As for Etienne, he’ll look to replicate the huge jump his big brother took in Year 2 at Clemson. After a successful freshman season where he ran for over 700 yards and averaged nearly 7 yards per carry (sound familiar?), Travis Etienne averaged 8 yards per touch as a sophomore, accounting for 26 touchdowns. Etienne doesn’t have the talent around him that his brother had at Clemson, but a huge jump is possible, and according to Eguakun, likely, if you watch how he prepares.

“You saw what he did as a true freshman,” Eguakun said. “It’s just the way he went out and prepared himself and worked every day. He didn’t approach football like a true freshman. He prepared and approached football like he’s been there before, expects to be great, and will be relentless in his pursuit of winning. That’s what separates him from everyone else.”

Ultimately, what separates this Gators duo from every other running back duo in the SEC may depend on factors beyond their control. How well can new QB Graham Mertz and the Florida passing game exploit defenses that key on the run? Can Florida replicate the absurd 1st-down success rate it had running the ball in 2022 (62%) with Anthony Richardson’s legs out of the fold? How does Florida respond to losing an All-American on the offensive line?

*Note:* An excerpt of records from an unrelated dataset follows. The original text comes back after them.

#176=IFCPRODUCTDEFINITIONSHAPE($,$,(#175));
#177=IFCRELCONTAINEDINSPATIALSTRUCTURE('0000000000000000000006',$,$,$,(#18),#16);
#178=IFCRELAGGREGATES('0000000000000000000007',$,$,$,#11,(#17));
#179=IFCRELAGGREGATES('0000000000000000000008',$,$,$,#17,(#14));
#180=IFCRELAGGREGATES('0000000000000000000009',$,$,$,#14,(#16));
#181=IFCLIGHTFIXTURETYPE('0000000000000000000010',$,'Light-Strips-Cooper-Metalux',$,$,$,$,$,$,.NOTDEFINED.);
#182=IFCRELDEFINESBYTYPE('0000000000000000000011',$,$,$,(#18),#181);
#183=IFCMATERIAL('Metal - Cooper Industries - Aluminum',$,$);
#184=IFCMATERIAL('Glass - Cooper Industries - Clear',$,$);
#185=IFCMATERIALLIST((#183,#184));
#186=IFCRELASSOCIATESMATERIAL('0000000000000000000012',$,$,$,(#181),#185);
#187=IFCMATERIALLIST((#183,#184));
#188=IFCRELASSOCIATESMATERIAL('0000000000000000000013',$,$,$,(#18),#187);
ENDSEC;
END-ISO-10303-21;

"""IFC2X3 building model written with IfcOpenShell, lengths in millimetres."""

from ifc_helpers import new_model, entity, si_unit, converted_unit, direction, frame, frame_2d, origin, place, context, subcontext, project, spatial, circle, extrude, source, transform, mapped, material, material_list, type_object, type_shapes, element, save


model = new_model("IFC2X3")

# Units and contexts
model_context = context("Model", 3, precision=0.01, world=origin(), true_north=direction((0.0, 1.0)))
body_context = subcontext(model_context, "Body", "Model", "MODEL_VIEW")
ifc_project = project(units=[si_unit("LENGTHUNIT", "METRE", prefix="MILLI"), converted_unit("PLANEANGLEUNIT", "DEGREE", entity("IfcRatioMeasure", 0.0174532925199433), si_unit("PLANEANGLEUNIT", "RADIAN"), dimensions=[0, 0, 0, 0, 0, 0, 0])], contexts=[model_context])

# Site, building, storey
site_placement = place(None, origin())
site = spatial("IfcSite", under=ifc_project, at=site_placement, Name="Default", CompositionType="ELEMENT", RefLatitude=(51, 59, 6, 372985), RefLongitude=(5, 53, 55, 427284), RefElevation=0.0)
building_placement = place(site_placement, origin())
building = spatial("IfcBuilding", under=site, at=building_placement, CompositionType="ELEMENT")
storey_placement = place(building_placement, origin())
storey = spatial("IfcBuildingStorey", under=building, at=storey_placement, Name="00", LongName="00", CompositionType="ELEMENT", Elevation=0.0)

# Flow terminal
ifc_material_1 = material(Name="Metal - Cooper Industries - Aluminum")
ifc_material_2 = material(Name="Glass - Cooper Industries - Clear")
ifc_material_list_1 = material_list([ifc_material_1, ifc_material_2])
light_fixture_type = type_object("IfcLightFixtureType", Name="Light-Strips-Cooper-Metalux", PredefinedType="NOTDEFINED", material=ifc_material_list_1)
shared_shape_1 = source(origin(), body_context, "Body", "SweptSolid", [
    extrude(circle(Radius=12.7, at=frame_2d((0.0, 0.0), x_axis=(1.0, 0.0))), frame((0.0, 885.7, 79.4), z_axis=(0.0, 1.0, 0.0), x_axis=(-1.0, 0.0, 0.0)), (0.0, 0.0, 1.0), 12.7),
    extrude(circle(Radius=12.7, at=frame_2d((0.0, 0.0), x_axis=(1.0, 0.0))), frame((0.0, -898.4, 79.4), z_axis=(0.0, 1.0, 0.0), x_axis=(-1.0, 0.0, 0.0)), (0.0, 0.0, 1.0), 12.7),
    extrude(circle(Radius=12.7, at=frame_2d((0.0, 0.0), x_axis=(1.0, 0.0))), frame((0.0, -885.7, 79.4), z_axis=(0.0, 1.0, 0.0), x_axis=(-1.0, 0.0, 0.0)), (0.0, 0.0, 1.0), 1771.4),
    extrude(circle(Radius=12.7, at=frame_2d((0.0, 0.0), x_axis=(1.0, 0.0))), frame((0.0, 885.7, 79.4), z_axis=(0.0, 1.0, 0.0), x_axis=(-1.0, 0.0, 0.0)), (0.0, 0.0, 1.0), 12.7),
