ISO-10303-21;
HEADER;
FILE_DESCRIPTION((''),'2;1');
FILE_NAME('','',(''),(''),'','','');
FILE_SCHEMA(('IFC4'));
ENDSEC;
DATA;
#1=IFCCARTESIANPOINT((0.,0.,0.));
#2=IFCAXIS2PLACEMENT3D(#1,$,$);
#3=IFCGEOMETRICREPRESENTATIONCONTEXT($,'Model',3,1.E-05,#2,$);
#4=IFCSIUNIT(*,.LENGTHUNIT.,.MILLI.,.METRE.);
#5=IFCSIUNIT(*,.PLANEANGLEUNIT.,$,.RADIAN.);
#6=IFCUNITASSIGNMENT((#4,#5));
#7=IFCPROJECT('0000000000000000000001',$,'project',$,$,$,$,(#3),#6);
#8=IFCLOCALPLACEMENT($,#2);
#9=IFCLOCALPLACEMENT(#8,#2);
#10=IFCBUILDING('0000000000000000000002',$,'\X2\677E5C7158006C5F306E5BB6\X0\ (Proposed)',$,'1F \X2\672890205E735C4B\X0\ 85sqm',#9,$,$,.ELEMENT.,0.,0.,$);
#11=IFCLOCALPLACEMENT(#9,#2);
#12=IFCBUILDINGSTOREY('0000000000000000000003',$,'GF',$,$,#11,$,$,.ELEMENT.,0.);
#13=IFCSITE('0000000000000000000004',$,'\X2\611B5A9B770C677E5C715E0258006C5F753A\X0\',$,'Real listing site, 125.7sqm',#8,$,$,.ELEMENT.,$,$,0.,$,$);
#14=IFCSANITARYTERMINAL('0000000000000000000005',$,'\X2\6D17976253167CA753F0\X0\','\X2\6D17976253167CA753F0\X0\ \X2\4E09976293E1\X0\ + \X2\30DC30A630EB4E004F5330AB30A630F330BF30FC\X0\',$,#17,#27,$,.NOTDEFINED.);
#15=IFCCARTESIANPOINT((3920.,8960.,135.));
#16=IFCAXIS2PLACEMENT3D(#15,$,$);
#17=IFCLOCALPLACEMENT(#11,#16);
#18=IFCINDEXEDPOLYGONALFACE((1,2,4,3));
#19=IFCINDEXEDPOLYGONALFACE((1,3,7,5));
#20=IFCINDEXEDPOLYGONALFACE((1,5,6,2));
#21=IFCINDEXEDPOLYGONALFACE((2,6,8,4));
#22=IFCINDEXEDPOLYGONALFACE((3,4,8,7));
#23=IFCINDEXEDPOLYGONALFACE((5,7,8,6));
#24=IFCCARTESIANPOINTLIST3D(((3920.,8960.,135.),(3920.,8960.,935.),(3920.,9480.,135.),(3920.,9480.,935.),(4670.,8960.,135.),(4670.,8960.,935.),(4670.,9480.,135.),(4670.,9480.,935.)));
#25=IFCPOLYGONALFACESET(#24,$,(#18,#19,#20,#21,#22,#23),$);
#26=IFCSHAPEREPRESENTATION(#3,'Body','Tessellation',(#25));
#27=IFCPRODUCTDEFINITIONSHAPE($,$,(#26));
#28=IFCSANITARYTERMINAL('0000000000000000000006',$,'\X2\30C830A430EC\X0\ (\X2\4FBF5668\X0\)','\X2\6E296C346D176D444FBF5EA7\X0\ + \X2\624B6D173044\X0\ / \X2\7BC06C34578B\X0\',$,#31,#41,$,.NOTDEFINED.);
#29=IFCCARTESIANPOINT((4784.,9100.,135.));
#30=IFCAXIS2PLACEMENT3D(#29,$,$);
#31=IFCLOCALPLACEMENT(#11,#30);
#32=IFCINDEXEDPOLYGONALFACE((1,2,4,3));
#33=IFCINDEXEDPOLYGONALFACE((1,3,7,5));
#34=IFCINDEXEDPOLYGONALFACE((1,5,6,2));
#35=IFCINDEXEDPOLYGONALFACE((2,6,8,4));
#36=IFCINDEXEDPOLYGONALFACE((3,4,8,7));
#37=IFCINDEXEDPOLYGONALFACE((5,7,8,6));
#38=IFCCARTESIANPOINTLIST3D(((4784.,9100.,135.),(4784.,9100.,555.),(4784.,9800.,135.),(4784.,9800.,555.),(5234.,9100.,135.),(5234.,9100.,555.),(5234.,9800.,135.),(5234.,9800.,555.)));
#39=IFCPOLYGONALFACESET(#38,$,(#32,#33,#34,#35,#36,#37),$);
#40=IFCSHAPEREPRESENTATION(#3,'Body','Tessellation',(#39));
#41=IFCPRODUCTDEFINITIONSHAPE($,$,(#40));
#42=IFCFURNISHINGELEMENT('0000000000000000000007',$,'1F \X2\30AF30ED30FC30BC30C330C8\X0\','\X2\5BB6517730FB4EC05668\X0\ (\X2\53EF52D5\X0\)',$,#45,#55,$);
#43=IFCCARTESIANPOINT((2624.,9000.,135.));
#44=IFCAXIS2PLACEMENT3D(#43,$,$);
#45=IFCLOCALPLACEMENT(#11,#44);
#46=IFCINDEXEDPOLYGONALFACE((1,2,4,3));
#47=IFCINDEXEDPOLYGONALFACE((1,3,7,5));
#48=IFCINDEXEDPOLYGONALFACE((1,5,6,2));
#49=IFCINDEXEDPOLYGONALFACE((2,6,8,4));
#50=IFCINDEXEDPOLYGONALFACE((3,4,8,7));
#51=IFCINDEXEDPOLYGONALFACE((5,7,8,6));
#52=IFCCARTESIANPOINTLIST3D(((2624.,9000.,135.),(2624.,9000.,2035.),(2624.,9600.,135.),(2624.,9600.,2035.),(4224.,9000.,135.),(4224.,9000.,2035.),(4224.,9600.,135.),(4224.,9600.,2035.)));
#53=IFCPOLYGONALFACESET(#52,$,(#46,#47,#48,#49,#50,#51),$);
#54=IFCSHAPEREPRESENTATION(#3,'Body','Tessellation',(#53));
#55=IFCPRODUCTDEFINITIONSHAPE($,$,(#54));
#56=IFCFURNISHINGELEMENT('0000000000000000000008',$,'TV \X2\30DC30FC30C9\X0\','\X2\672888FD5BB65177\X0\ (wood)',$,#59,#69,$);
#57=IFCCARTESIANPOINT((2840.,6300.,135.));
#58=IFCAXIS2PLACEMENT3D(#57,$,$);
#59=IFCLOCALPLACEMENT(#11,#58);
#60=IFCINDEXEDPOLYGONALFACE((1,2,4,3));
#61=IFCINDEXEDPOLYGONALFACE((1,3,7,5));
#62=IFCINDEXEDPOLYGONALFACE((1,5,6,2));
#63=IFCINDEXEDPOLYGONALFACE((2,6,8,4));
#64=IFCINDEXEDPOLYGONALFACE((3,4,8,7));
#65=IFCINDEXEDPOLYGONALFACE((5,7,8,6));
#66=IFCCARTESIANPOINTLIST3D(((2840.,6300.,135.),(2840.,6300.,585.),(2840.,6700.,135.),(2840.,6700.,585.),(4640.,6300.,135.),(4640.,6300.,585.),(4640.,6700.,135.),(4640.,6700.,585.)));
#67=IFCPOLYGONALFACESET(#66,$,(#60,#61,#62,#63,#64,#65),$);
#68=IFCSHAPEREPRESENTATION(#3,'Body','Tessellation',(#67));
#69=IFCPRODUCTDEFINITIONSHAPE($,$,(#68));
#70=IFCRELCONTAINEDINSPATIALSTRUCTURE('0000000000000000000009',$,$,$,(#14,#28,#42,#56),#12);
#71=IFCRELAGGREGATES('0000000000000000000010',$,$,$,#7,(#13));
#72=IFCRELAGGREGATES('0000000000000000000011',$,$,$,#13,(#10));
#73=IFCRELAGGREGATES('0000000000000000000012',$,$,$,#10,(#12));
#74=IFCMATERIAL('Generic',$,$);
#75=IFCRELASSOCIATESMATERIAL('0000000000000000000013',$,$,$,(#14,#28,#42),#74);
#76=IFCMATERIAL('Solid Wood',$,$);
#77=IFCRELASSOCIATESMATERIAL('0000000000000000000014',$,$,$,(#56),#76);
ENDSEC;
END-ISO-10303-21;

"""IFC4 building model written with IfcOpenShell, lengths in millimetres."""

from ifc_helpers import new_model, si_unit, frame, frame_2d, origin, place, context, project, spatial, rectangle, extrude, material, element, save


model = new_model("IFC4")

# Units and contexts
model_context = context("Model", 3, precision=1e-05, world=origin())
ifc_project = project(units=[si_unit("LENGTHUNIT", "METRE", prefix="MILLI"), si_unit("PLANEANGLEUNIT", "RADIAN")], contexts=[model_context])

# Site, building, storey
site_placement = place(None, origin())
site = spatial("IfcSite", under=ifc_project, at=site_placement, Name="愛媛県松山市堀江町", ObjectType="Real listing site, 125.7sqm", CompositionType="ELEMENT", RefElevation=0.0)
building_placement = place(site_placement, origin())
building = spatial("IfcBuilding", under=site, at=building_placement, Name="松山堀江の家 (Proposed)", ObjectType="1F 木造平屋 85sqm", CompositionType="ELEMENT", ElevationOfRefHeight=0.0, ElevationOfTerrain=0.0)
storey_placement = place(building_placement, origin())
storey = spatial("IfcBuildingStorey", under=building, at=storey_placement, Name="GF", CompositionType="ELEMENT", Elevation=0.0)

# Shared definitions
ifc_material_1 = material(Name="Solid Wood")

# Shared definitions
ifc_material_2 = material(Name="Generic")

# Sanitary terminals
sanitary_terminal_1_placement = place(storey_placement, frame((3920.0, 8960.0, 135.0)))
element("IfcSanitaryTerminal", 1, at=sanitary_terminal_1_placement, inside=storey, material=ifc_material_2, Name="洗面化粧台", Description="洗面化粧台 三面鏡 + ボウル一体カウンター", PredefinedType="NOTDEFINED", context=model_context, shape_type="SweptSolid", body=[
    extrude(rectangle(XDim=750.0, YDim=520.0, at=frame_2d((375.0, 260.0))), frame((3920.0, 8960.0, 135.0)), (0.0, 0.0, 1.0), 800.0),
])
sanitary_terminal_2_placement = place(storey_placement, frame((4784.0, 9100.0, 135.0)))
element("IfcSanitaryTerminal", 2, at=sanitary_terminal_2_placement, inside=storey, material=ifc_material_2, Name="トイレ (便器)", Description="温水洗浄便座 + 手洗い / 節水型", PredefinedType="NOTDEFINED", context=model_context, shape_type="SweptSolid", body=[
    extrude(rectangle(XDim=450.0, YDim=700.0, at=frame_2d((225.0, 350.0))), frame((4784.0, 9100.0, 135.0)), (0.0, 0.0, 1.0), 420.0),
])

# Furnishing elements
furnishing_1_placement = place(storey_placement, frame((2624.0, 9000.0, 135.0)))
element("IfcFurnishingElement", 3, at=furnishing_1_placement, inside=storey, material=ifc_material_2, Name="1F クローゼット", Description="家具・什器 (可動)", context=model_context, shape_type="SweptSolid", body=[
    extrude(rectangle(XDim=1600.0, YDim=600.0, at=frame_2d((800.0, 300.0))), frame((2624.0, 9000.0, 135.0)), (0.0, 0.0, 1.0), 1900.0),
])
furnishing_2_placement = place(storey_placement, frame((2840.0, 6300.0, 135.0)))
element("IfcFurnishingElement", 4, at=furnishing_2_placement, inside=storey, material=ifc_material_1, Name="TV ボード", Description="木製家具 (wood)", context=model_context, shape_type="SweptSolid", body=[
    extrude(rectangle(XDim=1800.0, YDim=400.0, at=frame_2d((900.0, 200.0))), frame((2840.0, 6300.0, 135.0)), (0.0, 0.0, 1.0), 450.0),
])

save(model, "model.ifc")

Still, it’s nice to have a duo as hard-working and talented as Johnson and Etienne at the center of things, or, more accurately, behind the center and the quarterback. That will give this Gators team a chance at defying unusually low expectations.

Defying low expectations with a running back duo with high expectations? That has worked before in the SEC.

In Gainesville, a place rich with running back lore, they are hoping it happens again.

SDS columnist Connor O’Gara conducted player interviews during SEC Media Days and contributed to this report.